(Collected data entries)
• • •
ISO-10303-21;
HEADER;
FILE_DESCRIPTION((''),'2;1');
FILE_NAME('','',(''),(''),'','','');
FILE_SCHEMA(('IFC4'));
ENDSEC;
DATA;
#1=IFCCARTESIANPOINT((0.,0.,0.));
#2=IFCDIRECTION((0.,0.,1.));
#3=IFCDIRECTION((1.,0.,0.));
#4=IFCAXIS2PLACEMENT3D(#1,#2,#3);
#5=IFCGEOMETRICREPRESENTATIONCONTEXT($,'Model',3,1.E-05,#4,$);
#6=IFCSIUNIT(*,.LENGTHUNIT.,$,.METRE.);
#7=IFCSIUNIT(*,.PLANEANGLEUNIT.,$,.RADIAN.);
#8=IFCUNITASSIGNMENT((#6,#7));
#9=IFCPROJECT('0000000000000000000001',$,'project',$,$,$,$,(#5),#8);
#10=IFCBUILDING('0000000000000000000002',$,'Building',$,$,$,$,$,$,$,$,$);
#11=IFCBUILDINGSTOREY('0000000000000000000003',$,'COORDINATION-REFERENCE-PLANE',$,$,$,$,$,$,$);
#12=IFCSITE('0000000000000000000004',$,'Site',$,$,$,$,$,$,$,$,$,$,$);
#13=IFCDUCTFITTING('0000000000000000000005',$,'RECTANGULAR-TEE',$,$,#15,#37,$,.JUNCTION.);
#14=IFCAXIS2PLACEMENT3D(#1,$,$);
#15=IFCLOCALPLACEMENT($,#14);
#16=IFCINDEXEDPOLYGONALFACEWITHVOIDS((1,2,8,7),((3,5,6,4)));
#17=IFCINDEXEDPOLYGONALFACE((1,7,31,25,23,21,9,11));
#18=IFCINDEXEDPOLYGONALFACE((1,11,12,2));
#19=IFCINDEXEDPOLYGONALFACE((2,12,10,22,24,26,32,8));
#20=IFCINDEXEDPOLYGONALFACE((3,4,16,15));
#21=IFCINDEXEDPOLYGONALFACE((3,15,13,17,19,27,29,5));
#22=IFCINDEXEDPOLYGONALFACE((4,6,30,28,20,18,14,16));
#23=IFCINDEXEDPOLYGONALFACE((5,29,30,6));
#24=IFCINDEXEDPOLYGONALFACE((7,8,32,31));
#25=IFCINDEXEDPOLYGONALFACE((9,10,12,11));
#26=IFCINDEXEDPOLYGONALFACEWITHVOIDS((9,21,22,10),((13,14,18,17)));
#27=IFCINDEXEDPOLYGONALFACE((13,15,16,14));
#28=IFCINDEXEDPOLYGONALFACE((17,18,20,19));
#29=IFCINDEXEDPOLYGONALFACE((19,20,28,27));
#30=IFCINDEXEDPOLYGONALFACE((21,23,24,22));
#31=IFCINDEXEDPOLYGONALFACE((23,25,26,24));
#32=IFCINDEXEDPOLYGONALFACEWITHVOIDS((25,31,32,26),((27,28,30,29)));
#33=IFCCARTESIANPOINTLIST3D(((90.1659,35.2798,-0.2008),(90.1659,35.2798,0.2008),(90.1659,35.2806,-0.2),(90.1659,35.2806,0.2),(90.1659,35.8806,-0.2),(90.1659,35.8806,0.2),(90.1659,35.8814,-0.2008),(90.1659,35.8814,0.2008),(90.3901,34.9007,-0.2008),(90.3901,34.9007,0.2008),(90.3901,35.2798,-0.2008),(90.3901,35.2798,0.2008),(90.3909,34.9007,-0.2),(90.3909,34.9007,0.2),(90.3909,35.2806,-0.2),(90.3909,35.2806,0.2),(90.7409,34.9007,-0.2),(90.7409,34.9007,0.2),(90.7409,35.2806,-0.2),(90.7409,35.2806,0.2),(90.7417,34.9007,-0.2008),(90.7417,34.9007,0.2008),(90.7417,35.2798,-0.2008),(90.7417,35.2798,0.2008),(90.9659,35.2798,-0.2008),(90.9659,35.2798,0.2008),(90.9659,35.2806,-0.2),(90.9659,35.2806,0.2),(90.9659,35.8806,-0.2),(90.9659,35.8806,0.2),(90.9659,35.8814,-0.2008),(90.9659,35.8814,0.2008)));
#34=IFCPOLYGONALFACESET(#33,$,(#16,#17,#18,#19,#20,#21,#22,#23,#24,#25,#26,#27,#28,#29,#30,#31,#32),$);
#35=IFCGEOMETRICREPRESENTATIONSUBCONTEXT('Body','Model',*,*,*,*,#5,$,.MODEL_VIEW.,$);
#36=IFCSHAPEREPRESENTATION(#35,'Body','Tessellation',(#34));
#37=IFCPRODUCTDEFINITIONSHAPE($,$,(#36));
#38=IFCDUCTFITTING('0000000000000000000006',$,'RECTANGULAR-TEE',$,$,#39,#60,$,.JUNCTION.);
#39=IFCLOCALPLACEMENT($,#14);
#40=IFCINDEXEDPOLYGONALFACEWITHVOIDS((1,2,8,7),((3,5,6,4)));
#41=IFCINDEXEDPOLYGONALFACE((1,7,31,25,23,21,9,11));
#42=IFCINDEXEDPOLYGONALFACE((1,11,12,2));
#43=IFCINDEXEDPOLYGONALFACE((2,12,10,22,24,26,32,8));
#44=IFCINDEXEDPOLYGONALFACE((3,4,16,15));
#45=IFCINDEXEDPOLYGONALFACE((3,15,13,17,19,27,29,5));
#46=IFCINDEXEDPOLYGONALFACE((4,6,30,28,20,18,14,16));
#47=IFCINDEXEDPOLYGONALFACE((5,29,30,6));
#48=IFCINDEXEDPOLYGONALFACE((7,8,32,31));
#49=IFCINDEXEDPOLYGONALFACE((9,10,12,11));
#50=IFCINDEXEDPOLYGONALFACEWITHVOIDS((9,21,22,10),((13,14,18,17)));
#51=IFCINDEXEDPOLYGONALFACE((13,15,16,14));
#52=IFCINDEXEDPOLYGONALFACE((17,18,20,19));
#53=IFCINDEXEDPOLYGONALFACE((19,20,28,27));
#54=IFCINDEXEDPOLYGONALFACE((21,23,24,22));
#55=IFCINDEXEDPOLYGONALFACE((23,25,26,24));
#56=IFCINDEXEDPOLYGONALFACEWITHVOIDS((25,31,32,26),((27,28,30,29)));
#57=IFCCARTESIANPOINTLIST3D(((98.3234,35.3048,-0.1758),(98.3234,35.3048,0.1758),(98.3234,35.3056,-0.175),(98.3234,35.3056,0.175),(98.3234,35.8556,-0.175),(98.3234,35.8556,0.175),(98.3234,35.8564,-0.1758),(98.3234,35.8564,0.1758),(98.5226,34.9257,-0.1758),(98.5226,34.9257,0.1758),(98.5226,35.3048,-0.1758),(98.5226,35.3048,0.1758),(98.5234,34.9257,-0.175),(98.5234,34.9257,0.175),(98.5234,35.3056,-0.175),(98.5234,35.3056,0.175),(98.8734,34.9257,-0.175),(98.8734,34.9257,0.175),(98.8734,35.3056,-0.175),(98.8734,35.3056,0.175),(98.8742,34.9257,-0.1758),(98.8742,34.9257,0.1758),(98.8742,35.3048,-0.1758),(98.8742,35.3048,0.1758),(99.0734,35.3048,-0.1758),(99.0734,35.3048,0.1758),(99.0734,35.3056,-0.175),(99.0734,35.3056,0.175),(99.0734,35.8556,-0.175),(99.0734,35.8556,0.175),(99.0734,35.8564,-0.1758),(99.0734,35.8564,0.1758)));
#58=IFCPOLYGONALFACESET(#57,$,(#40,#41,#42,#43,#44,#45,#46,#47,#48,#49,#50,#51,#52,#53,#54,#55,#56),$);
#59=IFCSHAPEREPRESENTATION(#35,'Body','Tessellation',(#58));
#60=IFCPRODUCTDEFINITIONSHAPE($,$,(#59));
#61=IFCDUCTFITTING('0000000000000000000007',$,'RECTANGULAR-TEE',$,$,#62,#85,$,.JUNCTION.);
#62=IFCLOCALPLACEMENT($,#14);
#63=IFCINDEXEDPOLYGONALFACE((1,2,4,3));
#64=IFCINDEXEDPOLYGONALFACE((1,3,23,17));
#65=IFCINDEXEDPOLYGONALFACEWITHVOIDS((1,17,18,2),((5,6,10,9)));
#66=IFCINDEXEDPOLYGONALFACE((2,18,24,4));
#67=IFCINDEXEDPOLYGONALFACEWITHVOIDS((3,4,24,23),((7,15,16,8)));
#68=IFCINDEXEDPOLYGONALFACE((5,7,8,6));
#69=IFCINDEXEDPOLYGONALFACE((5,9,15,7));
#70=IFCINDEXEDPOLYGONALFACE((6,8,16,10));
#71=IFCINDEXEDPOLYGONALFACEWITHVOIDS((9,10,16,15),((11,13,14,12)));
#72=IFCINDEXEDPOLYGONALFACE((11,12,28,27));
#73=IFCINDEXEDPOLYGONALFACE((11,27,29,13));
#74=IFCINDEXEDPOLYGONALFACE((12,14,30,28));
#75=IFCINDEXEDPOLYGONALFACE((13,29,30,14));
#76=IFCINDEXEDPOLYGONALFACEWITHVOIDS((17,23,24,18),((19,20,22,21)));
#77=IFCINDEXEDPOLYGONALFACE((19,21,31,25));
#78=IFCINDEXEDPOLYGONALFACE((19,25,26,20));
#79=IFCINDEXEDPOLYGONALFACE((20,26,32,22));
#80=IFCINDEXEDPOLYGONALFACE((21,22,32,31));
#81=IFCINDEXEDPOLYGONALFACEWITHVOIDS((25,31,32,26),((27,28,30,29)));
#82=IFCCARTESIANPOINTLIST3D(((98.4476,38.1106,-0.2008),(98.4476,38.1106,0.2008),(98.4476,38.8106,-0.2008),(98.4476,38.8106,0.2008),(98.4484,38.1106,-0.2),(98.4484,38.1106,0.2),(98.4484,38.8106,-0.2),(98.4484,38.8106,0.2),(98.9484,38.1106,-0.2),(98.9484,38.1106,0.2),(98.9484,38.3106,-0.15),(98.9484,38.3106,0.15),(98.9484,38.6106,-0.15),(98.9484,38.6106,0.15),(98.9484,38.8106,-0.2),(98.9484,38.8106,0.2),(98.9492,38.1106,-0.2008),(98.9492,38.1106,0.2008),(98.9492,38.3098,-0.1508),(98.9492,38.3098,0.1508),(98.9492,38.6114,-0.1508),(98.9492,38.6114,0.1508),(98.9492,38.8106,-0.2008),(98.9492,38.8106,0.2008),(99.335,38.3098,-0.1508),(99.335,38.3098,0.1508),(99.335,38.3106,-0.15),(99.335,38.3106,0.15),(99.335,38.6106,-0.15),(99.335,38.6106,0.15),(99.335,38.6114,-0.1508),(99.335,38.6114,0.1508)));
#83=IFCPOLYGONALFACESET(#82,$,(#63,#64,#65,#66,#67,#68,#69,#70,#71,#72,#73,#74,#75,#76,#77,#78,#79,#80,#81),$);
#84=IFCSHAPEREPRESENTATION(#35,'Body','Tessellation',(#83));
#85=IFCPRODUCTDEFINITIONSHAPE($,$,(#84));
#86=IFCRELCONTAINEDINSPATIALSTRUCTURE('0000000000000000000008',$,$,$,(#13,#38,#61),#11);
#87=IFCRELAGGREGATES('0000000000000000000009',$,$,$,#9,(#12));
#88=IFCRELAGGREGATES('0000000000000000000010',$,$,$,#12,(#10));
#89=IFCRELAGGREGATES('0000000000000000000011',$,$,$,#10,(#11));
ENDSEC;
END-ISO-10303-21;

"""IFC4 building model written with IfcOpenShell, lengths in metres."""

from ifc_helpers import new_model, si_unit, frame, origin_with_axes, place, context, subcontext, project, spatial, rectangle, extrude, boolean, element, save


model = new_model("IFC4")

# Units and contexts
model_context = context("Model", 3, precision=1e-05, world=origin_with_axes())
body_context = subcontext(model_context, "Body", "Model", "MODEL_VIEW")
ifc_project = project(units=[si_unit("LENGTHUNIT", "METRE"), si_unit("PLANEANGLEUNIT", "RADIAN")], contexts=[model_context])

# Site, building, storey
site = spatial("IfcSite", under=ifc_project, Name="Site")
building = spatial("IfcBuilding", under=site, Name="Building")
storey = spatial("IfcBuildingStorey", under=building, Name="COORDINATION-REFERENCE-PLANE")

# Duct fittings
duct_fitting_1_placement = place(None, frame((90.5659, 35.5806, 0.0), z_axis=(1.0, 0.0, 0.0), x_axis=(0.0, -1.0, 0.0)))
solid_1 = boolean("UNION", extrude(rectangle(XDim=0.6, YDim=0.4), frame((0.0, 0.0, -0.4), z_axis=(0.0, 0.0, 1.0), x_axis=(1.0, 0.0, 0.0)), (0.0, 0.0, 1.0), 0.8), extrude(rectangle(XDim=0.35, YDim=0.4), frame((0.0, 0.0, 0.0), z_axis=(1.0, 0.0, 0.0), x_axis=(0.0, 0.0, -1.0)), (0.0, 0.0, 1.0), 0.6799))
element("IfcDuctFitting", 1, at=duct_fitting_1_placement, inside=storey, Name="RECTANGULAR-TEE", PredefinedType="JUNCTION", context=body_context, shape_type="CSG", body=[
    boolean("DIFFERENCE", boolean("UNION", extrude(rectangle(XDim=0.6016, YDim=0.4016), frame((0.0, 0.0, -0.4), z_axis=(0.0, 0.0, 1.0), x_axis=(1.0, 0.0, 0.0)), (0.0, 0.0, 1.0), 0.8), extrude(rectangle(XDim=0.3516, YDim=0.4016), frame((0.0, 0.0, 0.0), z_axis=(1.0, 0.0, 0.0), x_axis=(0.0, 0.0, -1.0)), (0.0, 0.0, 1.0), 0.6799)), solid_1),
])
duct_fitting_2_placement = place(None, frame((98.6984, 35.5806, 0.0), z_axis=(1.0, 0.0, 0.0), x_axis=(0.0, -1.0, 0.0)))
solid_2 = boolean("UNION", extrude(rectangle(XDim=0.55, YDim=0.35), frame((0.0, 0.0, -0.375), z_axis=(0.0, 0.0, 1.0), x_axis=(1.0, 0.0, 0.0)), (0.0, 0.0, 1.0), 0.75), extrude(rectangle(XDim=0.35, YDim=0.35), frame((0.0, 0.0, 0.0), z_axis=(1.0, 0.0, 0.0), x_axis=(0.0, 0.0, -1.0)), (0.0, 0.0, 1.0), 0.6549))
element("IfcDuctFitting", 2, at=duct_fitting_2_placement, inside=storey, Name="RECTANGULAR-TEE", PredefinedType="JUNCTION", context=body_context, shape_type="CSG", body=[
    boolean("DIFFERENCE", boolean("UNION", extrude(rectangle(XDim=0.5516, YDim=0.3516), frame((0.0, 0.0, -0.375), z_axis=(0.0, 0.0, 1.0), x_axis=(1.0, 0.0, 0.0)), (0.0, 0.0, 1.0), 0.75), extrude(rectangle(XDim=0.3516, YDim=0.3516), frame((0.0, 0.0, 0.0), z_axis=(1.0, 0.0, 0.0), x_axis=(0.0, 0.0, -1.0)), (0.0, 0.0, 1.0), 0.6549)), solid_2),
])
duct_fitting_3_placement = place(None, frame((98.6984, 38.4606, 0.0), z_axis=(0.0, 1.0, 0.0), x_axis=(1.0, 0.0, 0.0)))
solid_3 = boolean("UNION", extrude(rectangle(XDim=0.5, YDim=0.4), frame((0.0, 0.0, -0.35), z_axis=(0.0, 0.0, 1.0), x_axis=(1.0, 0.0, 0.0)), (0.0, 0.0, 1.0), 0.7), extrude(rectangle(XDim=0.3, YDim=0.3), frame((0.0, 0.0, 0.0), z_axis=(1.0, 0.0, 0.0), x_axis=(0.0, 0.0, -1.0)), (0.0, 0.0, 1.0), 0.6366))
element("IfcDuctFitting", 3, at=duct_fitting_3_placement, inside=storey, Name="RECTANGULAR-TEE", PredefinedType="JUNCTION", context=body_context, shape_type="CSG", body=[
    boolean("DIFFERENCE", boolean("UNION", extrude(rectangle(XDim=0.5016, YDim=0.4016), frame((0.0, 0.0, -0.35), z_axis=(0.0, 0.0, 1.0), x_axis=(1.0, 0.0, 0.0)), (0.0, 0.0, 1.0), 0.7), extrude(rectangle(XDim=0.3016, YDim=0.3016), frame((0.0, 0.0, 0.0), z_axis=(1.0, 0.0, 0.0), x_axis=(0.0, 0.0, -1.0)), (0.0, 0.0, 1.0), 0.6366)), solid_3),
])

save(model, "model.ifc")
• • •
■ **Problem**
Pull out every line above that holds the word "IFCLOCALPLACEMENT".

■ **Result**
#15=IFCLOCALPLACEMENT($,#14);
#39=IFCLOCALPLACEMENT($,#14);
#62=IFCLOCALPLACEMENT($,#14);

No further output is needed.